[Supplied entries Boundary: Start]

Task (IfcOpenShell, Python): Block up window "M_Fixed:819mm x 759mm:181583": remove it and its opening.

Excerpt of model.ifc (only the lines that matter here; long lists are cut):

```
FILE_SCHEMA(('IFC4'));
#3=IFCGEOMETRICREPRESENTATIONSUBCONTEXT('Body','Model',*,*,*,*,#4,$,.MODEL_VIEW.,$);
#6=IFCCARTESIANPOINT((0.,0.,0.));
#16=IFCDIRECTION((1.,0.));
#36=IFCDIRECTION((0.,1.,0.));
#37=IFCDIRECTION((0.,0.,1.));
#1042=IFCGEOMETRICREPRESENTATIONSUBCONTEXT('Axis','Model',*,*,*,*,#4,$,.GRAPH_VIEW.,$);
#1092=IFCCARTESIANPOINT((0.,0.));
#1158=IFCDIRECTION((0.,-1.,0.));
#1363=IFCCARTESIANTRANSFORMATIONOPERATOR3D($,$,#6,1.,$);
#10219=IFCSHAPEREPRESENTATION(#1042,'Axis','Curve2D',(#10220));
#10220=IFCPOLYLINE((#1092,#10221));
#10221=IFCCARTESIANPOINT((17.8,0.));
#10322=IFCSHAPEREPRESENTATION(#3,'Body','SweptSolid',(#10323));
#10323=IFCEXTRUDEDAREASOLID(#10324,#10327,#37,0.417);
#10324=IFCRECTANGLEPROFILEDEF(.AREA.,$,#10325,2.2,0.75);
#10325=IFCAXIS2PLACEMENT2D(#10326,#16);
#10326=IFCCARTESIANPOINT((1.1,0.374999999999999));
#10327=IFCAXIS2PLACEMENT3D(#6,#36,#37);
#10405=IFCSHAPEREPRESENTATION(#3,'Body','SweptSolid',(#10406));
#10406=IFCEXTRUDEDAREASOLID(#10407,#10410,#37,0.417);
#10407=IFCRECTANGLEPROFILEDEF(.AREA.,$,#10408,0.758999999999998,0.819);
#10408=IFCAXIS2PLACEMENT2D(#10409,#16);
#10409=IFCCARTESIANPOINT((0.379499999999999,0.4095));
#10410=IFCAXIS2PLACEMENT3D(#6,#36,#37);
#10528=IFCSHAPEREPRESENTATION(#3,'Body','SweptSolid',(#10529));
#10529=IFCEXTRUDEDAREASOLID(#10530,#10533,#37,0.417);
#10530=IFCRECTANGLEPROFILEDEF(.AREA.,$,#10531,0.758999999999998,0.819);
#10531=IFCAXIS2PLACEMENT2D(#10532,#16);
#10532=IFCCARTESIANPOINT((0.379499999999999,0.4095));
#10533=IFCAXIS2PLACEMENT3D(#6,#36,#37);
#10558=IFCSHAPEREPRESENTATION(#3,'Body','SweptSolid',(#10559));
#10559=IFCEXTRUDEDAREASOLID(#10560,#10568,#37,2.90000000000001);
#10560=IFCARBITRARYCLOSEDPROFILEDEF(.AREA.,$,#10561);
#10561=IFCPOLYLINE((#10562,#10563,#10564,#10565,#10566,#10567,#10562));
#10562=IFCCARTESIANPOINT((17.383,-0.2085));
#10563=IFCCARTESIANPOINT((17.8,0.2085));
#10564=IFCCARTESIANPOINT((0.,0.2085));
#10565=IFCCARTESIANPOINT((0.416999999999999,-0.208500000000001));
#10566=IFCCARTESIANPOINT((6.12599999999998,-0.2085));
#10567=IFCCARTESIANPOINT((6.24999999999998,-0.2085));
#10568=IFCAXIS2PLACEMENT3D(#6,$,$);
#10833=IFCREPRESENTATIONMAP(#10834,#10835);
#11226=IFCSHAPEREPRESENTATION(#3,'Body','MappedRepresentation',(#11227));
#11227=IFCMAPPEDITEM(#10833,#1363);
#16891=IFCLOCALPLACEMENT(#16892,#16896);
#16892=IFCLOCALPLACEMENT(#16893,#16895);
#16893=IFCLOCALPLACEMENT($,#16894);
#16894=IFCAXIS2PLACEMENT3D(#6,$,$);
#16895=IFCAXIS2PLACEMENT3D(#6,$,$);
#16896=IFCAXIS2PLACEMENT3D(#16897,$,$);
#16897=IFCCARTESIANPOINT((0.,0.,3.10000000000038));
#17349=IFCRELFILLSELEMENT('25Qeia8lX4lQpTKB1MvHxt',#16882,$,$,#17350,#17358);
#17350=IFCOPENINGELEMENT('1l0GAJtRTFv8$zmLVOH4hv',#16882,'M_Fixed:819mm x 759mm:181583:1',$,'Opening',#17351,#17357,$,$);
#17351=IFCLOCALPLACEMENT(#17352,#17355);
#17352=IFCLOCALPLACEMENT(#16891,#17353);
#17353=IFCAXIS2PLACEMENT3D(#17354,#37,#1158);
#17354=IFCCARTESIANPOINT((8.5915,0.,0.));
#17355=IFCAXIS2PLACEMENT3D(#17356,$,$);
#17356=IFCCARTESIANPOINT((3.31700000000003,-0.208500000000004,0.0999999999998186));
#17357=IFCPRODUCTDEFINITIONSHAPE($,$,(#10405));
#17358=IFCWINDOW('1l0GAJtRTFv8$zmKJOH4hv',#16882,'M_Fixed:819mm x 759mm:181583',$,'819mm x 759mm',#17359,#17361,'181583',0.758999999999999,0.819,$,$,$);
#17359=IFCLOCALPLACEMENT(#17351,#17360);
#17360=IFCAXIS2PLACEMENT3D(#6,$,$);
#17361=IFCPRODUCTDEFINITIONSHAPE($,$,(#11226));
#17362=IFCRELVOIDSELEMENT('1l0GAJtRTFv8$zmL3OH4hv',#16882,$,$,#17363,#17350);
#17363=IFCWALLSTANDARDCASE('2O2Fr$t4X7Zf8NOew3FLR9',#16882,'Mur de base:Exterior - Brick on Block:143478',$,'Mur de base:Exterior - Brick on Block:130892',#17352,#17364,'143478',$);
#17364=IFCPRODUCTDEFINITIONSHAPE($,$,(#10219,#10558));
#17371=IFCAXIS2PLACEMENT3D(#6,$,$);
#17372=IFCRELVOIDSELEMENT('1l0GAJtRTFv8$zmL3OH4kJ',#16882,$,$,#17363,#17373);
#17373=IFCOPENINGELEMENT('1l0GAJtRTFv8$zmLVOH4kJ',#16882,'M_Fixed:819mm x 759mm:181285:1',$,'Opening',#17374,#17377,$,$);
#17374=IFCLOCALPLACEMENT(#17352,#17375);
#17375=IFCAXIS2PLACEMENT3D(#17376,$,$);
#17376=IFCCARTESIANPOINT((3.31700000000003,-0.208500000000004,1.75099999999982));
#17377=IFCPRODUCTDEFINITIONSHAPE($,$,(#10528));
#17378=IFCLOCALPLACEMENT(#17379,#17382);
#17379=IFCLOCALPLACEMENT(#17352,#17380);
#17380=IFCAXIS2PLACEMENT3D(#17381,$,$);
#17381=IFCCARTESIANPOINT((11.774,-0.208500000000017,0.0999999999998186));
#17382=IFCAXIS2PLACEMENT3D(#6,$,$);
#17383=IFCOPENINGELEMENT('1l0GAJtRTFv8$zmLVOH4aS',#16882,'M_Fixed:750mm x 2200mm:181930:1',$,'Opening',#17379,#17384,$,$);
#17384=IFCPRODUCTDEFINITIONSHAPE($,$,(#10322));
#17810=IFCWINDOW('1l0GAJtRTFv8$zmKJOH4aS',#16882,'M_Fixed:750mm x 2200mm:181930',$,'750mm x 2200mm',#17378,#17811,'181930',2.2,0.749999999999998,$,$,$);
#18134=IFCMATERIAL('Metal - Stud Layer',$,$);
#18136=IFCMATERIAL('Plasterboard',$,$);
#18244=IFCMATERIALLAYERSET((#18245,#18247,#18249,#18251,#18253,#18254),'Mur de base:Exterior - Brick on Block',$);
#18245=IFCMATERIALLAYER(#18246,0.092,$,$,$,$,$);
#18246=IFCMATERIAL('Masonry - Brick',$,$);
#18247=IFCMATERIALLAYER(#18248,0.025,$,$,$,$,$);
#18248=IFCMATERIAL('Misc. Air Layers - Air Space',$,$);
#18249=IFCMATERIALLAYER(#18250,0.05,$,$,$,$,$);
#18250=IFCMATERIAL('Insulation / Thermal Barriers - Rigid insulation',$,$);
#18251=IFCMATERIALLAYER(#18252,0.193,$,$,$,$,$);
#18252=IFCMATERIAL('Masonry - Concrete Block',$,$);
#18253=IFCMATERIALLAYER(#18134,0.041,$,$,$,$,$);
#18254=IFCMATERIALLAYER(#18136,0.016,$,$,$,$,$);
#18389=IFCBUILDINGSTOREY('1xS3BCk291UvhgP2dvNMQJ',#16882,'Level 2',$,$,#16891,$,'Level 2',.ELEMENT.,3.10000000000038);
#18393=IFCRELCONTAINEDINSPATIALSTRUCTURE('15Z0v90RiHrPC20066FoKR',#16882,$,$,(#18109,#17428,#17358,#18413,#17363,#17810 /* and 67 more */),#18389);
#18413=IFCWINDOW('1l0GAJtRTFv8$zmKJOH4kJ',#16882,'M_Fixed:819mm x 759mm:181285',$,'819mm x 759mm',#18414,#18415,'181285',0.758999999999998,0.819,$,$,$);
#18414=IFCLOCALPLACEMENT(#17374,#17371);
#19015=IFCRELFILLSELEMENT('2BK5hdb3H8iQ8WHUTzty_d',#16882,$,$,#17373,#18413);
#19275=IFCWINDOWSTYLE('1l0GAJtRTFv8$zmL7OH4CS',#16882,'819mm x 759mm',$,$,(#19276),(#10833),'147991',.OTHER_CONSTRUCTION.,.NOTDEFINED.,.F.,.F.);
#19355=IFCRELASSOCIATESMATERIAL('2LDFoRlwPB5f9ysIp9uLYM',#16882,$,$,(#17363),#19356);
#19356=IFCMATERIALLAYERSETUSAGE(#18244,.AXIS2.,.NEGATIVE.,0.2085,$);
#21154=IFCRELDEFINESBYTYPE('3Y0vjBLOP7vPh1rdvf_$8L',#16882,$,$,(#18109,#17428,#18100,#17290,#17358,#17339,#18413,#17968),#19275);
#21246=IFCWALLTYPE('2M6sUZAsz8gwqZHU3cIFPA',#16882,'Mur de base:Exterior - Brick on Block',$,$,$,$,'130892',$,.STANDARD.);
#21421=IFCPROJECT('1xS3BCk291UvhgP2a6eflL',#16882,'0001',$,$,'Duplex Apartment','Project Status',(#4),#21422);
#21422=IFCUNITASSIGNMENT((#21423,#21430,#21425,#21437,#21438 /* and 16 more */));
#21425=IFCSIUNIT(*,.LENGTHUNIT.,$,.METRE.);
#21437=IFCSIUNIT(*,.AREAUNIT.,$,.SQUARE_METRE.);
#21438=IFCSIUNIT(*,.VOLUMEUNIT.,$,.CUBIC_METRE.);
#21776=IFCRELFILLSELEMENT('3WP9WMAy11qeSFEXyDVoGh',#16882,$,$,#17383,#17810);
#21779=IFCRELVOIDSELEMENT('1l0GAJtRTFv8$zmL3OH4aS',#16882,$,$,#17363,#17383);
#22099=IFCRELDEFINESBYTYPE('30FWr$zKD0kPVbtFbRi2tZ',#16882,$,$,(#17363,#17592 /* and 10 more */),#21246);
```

```python
import ifcopenshell
import ifcopenshell.api.feature
import ifcopenshell.api.root
import ifcopenshell.geom
import ifcopenshell.util.shape

model = ifcopenshell.open("model.ifc")
settings = ifcopenshell.geom.settings()


def volume(element):
    """Net volume in cubic metres, openings subtracted."""
    shape = ifcopenshell.geom.create_shape(settings, element)
    return ifcopenshell.util.shape.get_volume(shape.geometry)


window = model.by_guid("1l0GAJtRTFv8$zmKJOH4hv")
opening = window.FillsVoids[0].RelatingOpeningElement
wall = opening.VoidsElements[0].RelatingBuildingElement
before = volume(wall)

ifcopenshell.api.root.remove_product(model, product=window)
ifcopenshell.api.feature.remove_feature(model, feature=opening)

after = volume(wall)

print(f"wall volume {before:.3f} -> {after:.3f} m3")

model.write("model_updated.ifc")
```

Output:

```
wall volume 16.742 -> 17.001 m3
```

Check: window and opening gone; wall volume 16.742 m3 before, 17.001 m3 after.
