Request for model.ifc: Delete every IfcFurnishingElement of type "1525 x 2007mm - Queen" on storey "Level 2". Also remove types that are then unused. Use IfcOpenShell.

First a look at what the model holds.

```python
import ifcopenshell
import ifcopenshell.util.element

model = ifcopenshell.open("model.ifc")
print(model.schema)
storey = next(s for s in model.by_type("IfcBuildingStorey") if s.Name == "Level 2")
furniture = [e for e in ifcopenshell.util.element.get_decomposition(storey) if e.is_a("IfcFurnishingElement")]
seen = {}
for e in furniture:
    element_type = ifcopenshell.util.element.get_type(e)
    name = element_type.Name if element_type not in (None, e) else None
    seen[name] = seen.get(name, 0) + 1
for name, count in sorted(seen.items(), key=str):
    print(count, "x", name)
```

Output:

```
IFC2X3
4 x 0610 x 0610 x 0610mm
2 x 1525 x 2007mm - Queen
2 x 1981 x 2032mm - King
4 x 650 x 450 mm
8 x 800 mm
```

```python
import ifcopenshell
import ifcopenshell.api.root
import ifcopenshell.util.element

model = ifcopenshell.open("model.ifc")

storey = next(s for s in model.by_type("IfcBuildingStorey") if s.Name == "Level 2")
furniture = [e for e in ifcopenshell.util.element.get_decomposition(storey) if e.is_a("IfcFurnishingElement")]
targets = [e for e in furniture if (t := ifcopenshell.util.element.get_type(e)) not in (None, e) and t.Name == "1525 x 2007mm - Queen"]
types = {ifcopenshell.util.element.get_type(e) for e in targets} - {None, *targets}

for e in targets:
    ifcopenshell.api.root.remove_product(model, product=e)
print(len(targets), "removed")

unused = [t for t in types if not ifcopenshell.util.element.get_types(t)]
for t in unused:
    ifcopenshell.api.root.remove_product(model, product=t)
print(len(unused), "unused types removed")

model.write("model_rev.ifc")
```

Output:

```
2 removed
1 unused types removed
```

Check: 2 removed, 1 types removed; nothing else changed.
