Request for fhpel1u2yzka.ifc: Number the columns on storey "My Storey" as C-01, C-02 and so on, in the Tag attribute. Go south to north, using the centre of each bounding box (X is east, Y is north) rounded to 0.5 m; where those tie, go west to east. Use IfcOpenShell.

First a look at what the model holds.

```python
import ifcopenshell
import ifcopenshell.util.element
import ifcopenshell.util.placement

model = ifcopenshell.open("fhpel1u2yzka.ifc")
print(model.schema)
storey = next(s for s in model.by_type("IfcBuildingStorey") if s.Name == "My Storey")
columns = [e for e in ifcopenshell.util.element.get_decomposition(storey) if e.is_a("IfcColumn")]
for e in sorted(columns, key=lambda e: e.id()):
    origin = ifcopenshell.util.placement.get_local_placement(e.ObjectPlacement)[:3, 3]
    print(e.id(), e.Tag, e.Name, origin.round(2) + 0.0, sep=" | ")
```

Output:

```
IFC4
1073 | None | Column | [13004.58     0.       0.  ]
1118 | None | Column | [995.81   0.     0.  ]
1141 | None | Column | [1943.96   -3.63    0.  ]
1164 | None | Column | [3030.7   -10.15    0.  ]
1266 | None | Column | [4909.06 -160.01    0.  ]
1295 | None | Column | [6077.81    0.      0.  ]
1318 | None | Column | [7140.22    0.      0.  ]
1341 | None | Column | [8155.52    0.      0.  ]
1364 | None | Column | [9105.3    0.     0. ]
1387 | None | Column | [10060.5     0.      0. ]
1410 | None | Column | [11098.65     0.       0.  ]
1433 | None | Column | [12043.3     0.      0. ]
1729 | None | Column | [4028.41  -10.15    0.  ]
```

```python
import ifcopenshell
import ifcopenshell.geom
import ifcopenshell.util.element
import ifcopenshell.util.shape

model = ifcopenshell.open("fhpel1u2yzka.ifc")
settings = ifcopenshell.geom.settings()
settings.set("use-world-coords", True)


def centre(element):
    shape = ifcopenshell.geom.create_shape(settings, element)
    return ifcopenshell.util.shape.get_bbox_centroid(shape.geometry)


storey = next(s for s in model.by_type("IfcBuildingStorey") if s.Name == "My Storey")
columns = [e for e in ifcopenshell.util.element.get_decomposition(storey) if e.is_a("IfcColumn")]

# Insertion points can sit at a corner or the storey origin, so sort by the geometry (in metres).
centres = {e: centre(e) for e in columns}
columns.sort(key=lambda e: (round(centres[e][1] / 0.5), centres[e][0]))

for i, e in enumerate(columns, start=1):
    number = f"C-{i:02d}"
    e.Tag = number
    print(e.id(), number)

model.write("fhpel1u2yzka_rev.ifc")
```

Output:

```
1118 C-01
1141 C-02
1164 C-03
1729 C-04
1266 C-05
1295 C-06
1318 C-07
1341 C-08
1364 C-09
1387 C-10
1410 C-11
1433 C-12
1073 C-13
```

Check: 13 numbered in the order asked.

[Supplied entries Boundary: End]

▸ **Your task**: Check the entries above line by line and return each one containing the word "base".

▸ **Output below**:
#17363=IFCWALLSTANDARDCASE('2O2Fr$t4X7Zf8NOew3FLR9',#16882,'Mur de base:Exterior - Brick on Block:143478',$,'Mur de base:Exterior - Brick on Block:130892',#17352,#17364,'143478',$);
#18244=IFCMATERIALLAYERSET((#18245,#18247,#18249,#18251,#18253,#18254),'Mur de base:Exterior - Brick on Block',$);
#21246=IFCWALLTYPE('2M6sUZAsz8gwqZHU3cIFPA',#16882,'Mur de base:Exterior - Brick on Block',$,$,$,$,'130892',$,.STANDARD.);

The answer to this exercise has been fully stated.